= Task instructions =
Return every line in the entries below where the word "IFCCARTESIANPOINT" shows up.

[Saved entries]
'''

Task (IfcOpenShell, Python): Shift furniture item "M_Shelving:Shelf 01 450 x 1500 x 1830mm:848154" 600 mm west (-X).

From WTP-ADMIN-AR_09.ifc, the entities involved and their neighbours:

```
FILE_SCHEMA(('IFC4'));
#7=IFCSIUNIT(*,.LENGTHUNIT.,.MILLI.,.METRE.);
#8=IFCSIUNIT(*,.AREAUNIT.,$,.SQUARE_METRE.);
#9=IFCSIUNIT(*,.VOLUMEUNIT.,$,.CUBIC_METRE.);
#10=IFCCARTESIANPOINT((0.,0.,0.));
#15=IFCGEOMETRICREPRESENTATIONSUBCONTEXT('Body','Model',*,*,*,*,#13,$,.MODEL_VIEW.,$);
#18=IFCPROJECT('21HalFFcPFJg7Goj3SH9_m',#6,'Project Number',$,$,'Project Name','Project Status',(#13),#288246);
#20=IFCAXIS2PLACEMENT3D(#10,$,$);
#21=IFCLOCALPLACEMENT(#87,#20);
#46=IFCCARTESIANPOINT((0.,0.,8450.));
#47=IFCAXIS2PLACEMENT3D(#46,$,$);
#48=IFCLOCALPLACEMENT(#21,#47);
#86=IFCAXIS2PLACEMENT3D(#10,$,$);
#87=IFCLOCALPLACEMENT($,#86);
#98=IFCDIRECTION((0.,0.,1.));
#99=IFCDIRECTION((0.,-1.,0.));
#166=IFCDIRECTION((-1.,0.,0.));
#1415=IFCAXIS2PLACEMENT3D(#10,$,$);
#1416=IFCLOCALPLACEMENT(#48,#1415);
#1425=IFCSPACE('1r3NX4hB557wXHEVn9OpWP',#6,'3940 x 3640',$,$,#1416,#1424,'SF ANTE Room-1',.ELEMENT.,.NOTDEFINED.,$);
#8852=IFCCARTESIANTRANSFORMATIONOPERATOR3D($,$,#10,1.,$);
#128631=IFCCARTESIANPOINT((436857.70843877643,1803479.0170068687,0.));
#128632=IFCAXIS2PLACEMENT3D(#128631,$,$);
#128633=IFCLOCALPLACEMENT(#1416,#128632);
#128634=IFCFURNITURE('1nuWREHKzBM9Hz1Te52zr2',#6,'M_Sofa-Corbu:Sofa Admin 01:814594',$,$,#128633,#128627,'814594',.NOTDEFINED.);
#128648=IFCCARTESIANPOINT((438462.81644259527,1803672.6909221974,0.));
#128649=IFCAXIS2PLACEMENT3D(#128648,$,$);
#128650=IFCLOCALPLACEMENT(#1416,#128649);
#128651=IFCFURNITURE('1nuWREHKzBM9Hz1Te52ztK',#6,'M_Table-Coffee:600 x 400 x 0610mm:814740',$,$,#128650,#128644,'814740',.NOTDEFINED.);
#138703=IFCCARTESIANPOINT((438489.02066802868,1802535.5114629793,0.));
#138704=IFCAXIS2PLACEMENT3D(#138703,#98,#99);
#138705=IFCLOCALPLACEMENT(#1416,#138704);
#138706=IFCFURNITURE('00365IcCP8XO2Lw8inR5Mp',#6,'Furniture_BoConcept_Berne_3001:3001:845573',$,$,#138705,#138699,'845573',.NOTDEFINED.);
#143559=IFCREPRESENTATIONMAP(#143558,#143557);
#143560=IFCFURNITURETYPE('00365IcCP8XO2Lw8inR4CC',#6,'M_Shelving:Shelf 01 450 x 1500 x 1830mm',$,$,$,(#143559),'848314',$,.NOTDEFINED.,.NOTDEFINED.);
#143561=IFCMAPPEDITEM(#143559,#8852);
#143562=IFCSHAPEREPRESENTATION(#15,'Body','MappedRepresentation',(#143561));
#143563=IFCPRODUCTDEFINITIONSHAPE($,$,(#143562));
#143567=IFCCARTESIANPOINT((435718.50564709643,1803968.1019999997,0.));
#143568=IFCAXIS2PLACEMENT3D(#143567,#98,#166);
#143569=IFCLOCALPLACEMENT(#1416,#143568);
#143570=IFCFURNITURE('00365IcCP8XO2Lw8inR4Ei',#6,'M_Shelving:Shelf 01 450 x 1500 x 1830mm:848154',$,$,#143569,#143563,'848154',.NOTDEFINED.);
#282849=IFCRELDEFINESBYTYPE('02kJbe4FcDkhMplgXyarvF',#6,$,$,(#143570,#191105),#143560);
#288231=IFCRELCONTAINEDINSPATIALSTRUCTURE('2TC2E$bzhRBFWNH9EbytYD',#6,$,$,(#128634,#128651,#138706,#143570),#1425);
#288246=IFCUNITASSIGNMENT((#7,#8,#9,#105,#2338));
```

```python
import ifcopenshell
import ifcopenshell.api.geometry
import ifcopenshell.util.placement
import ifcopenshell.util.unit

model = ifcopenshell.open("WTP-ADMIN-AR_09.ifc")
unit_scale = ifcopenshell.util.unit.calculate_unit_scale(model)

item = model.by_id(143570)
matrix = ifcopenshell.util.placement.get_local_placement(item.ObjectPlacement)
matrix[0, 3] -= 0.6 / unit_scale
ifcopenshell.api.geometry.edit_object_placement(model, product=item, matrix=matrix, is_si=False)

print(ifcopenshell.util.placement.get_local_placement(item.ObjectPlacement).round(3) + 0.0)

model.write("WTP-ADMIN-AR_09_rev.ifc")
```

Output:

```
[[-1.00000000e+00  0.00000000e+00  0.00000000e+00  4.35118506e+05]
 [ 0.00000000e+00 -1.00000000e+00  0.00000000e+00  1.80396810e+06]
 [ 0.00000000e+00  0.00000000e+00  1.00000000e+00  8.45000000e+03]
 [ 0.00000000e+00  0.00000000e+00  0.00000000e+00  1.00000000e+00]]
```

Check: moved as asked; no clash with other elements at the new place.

'''

= The completed task =
#10=IFCCARTESIANPOINT((0.,0.,0.));
#46=IFCCARTESIANPOINT((0.,0.,8450.));
#128631=IFCCARTESIANPOINT((436857.70843877643,1803479.0170068687,0.));
#128648=IFCCARTESIANPOINT((438462.81644259527,1803672.6909221974,0.));
#138703=IFCCARTESIANPOINT((438489.02066802868,1802535.5114629793,0.));
#143567=IFCCARTESIANPOINT((435718.50564709643,1803968.1019999997,0.));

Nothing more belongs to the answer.